For each line in the data below that has the word "save", copy that line.

----------------

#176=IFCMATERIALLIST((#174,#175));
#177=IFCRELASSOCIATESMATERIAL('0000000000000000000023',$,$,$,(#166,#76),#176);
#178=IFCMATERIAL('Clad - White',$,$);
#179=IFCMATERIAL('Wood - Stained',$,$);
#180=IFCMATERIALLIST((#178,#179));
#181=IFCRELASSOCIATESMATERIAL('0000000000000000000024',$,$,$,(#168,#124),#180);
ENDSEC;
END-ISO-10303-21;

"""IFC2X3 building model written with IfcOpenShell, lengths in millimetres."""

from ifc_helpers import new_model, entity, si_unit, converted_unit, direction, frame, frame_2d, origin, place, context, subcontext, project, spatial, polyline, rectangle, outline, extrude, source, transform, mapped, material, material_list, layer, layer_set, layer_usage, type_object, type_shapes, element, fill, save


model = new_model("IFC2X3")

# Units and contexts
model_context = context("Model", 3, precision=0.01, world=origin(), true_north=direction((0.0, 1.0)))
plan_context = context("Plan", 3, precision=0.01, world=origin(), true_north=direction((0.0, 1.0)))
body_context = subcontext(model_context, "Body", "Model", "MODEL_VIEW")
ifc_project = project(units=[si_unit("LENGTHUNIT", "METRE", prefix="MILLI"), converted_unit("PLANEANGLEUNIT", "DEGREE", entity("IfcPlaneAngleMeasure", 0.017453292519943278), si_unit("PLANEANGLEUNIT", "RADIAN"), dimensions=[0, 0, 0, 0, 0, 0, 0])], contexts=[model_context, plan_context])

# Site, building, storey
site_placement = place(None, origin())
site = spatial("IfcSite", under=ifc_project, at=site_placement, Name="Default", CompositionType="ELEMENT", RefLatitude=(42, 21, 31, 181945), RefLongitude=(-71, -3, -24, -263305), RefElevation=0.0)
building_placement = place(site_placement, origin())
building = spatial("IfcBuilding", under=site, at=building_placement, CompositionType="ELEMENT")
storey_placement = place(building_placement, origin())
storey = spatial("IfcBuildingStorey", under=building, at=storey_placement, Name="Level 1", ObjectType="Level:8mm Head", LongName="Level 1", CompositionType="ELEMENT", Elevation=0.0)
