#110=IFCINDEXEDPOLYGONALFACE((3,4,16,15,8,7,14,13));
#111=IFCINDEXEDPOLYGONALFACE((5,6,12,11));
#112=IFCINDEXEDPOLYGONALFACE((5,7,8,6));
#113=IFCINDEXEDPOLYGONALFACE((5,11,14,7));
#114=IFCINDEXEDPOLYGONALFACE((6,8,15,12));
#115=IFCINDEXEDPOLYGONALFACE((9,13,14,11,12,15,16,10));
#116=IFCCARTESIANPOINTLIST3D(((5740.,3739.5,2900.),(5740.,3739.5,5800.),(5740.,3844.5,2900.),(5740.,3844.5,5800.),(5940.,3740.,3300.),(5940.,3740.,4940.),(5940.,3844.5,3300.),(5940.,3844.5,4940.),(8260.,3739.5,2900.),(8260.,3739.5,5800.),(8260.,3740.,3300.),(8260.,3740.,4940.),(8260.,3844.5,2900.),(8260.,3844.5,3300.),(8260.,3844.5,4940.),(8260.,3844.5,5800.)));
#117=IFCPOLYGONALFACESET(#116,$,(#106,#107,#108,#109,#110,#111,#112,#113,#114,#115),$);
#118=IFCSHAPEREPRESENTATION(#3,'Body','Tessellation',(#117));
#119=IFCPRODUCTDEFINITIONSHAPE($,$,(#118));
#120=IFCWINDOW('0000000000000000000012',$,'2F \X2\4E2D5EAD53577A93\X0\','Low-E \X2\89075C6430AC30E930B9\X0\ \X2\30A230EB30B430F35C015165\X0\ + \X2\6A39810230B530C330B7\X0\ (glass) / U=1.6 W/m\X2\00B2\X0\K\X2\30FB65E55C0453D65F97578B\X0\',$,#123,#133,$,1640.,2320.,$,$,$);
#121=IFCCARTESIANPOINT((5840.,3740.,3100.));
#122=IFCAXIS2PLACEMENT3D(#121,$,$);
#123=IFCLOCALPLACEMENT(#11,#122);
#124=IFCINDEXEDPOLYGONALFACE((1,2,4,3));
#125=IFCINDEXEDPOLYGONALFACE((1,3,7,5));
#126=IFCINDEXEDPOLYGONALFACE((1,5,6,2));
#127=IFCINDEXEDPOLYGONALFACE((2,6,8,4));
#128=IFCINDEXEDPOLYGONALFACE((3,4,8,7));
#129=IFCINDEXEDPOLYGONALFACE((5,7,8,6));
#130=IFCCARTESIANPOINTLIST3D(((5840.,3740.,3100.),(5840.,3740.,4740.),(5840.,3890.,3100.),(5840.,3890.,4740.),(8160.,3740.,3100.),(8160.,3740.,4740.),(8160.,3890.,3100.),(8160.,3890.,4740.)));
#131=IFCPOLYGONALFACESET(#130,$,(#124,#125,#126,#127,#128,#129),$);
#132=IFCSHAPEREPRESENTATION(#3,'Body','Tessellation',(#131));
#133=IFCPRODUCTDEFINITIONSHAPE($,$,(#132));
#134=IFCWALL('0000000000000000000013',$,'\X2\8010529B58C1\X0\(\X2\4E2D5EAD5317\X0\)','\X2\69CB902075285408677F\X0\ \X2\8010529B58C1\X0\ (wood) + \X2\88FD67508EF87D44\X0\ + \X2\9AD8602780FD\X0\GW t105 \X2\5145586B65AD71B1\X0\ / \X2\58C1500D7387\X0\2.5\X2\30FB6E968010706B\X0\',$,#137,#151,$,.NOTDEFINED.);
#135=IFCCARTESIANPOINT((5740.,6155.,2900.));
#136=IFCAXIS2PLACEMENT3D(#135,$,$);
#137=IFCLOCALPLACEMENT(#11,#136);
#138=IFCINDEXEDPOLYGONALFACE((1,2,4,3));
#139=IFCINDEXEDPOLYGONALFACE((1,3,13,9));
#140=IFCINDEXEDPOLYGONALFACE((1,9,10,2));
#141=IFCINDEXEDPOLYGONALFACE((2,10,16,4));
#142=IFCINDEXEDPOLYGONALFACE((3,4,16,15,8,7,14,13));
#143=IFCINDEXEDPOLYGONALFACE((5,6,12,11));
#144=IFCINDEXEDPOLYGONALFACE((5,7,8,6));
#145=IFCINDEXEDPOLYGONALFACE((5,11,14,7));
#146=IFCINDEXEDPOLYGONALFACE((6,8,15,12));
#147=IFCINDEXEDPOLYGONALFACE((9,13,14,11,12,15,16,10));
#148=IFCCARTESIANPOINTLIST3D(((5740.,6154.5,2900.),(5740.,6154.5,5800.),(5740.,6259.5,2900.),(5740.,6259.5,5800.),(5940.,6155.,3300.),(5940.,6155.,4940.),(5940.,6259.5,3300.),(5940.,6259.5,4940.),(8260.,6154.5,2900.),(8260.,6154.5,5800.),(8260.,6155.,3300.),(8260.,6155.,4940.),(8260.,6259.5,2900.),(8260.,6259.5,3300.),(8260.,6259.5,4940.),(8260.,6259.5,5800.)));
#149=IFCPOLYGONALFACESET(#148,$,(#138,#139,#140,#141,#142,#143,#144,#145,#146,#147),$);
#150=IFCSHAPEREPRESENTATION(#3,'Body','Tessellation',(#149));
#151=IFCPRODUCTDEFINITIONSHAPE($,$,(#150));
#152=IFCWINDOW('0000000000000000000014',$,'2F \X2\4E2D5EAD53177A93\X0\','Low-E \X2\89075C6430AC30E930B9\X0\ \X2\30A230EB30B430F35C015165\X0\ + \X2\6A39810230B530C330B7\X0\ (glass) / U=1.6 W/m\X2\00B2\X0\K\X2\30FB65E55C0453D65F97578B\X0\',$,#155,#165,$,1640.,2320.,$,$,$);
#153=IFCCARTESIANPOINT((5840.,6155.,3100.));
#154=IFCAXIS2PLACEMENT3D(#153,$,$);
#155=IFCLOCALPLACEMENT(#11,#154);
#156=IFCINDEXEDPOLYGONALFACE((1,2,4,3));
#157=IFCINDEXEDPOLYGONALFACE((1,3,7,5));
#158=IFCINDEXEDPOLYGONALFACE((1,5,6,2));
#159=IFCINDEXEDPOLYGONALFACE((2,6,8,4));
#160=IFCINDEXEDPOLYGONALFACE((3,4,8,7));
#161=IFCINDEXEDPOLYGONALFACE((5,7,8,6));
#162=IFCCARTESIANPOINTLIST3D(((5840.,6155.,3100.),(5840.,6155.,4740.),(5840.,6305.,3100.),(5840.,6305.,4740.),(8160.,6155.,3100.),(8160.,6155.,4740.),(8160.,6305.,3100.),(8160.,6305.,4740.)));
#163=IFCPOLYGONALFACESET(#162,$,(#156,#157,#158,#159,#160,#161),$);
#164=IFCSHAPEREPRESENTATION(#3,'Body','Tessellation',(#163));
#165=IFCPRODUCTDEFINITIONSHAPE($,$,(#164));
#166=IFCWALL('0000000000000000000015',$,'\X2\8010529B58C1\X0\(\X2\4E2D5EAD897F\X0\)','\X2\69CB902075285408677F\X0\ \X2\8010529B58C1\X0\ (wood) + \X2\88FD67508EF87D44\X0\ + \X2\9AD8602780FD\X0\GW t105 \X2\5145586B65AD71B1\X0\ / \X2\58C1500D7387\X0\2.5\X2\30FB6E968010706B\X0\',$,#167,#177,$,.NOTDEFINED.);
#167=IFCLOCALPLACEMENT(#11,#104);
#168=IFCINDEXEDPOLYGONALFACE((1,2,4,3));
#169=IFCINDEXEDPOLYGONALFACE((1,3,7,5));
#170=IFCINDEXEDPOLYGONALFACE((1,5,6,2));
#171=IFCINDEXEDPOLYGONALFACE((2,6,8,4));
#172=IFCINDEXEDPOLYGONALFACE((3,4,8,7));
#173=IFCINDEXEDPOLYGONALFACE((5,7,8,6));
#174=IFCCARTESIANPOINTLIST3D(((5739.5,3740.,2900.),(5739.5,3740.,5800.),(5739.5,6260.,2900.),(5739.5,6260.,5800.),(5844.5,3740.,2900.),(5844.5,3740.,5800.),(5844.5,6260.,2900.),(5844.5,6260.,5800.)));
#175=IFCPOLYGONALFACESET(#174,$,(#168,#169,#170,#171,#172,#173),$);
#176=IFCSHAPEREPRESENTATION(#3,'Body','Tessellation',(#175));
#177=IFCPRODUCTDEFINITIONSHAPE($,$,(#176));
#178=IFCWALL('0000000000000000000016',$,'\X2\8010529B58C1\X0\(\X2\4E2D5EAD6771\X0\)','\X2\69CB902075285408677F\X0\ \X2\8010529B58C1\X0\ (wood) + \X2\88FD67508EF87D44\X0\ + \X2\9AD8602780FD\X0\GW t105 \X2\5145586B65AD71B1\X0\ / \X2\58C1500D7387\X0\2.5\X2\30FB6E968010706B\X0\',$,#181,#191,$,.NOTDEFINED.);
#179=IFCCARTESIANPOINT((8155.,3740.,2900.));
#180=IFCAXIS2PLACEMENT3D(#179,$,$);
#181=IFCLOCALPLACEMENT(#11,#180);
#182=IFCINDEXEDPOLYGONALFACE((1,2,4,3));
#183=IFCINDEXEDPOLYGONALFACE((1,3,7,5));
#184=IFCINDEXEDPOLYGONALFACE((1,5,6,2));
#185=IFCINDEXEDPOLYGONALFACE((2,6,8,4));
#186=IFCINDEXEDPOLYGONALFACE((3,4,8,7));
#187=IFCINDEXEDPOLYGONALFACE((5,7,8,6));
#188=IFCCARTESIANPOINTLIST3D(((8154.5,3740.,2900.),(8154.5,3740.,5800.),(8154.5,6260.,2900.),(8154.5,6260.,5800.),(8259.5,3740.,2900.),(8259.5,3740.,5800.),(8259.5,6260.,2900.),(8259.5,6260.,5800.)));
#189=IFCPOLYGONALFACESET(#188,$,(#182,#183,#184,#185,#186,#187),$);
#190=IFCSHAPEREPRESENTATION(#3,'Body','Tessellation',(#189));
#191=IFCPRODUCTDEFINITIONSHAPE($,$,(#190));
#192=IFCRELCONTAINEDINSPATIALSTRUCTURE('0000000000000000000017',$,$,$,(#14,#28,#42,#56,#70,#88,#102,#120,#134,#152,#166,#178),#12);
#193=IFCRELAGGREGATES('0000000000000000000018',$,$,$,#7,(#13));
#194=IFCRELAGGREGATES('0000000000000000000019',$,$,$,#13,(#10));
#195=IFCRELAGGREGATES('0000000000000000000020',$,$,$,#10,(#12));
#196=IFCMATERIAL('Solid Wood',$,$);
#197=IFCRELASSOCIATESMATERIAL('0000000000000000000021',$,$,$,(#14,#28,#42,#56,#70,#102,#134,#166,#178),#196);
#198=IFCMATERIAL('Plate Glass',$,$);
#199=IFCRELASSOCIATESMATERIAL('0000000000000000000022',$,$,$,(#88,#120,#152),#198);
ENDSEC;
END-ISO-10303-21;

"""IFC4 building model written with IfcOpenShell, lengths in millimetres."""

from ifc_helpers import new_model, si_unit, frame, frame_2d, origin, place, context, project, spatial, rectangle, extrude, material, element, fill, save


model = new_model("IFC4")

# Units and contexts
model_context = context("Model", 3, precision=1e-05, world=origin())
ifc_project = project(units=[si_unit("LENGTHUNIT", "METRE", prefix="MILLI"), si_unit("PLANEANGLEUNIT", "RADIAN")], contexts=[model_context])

----------------

▸ **WRITTEN SOLUTION**
from ifc_helpers import new_model, entity, si_unit, converted_unit, direction, frame, frame_2d, origin, place, context, subcontext, project, spatial, polyline, rectangle, outline, extrude, source, transform, mapped, material, material_list, layer, layer_set, layer_usage, type_object, type_shapes, element, fill, save
from ifc_helpers import new_model, si_unit, frame, frame_2d, origin, place, context, project, spatial, rectangle, extrude, material, element, fill, save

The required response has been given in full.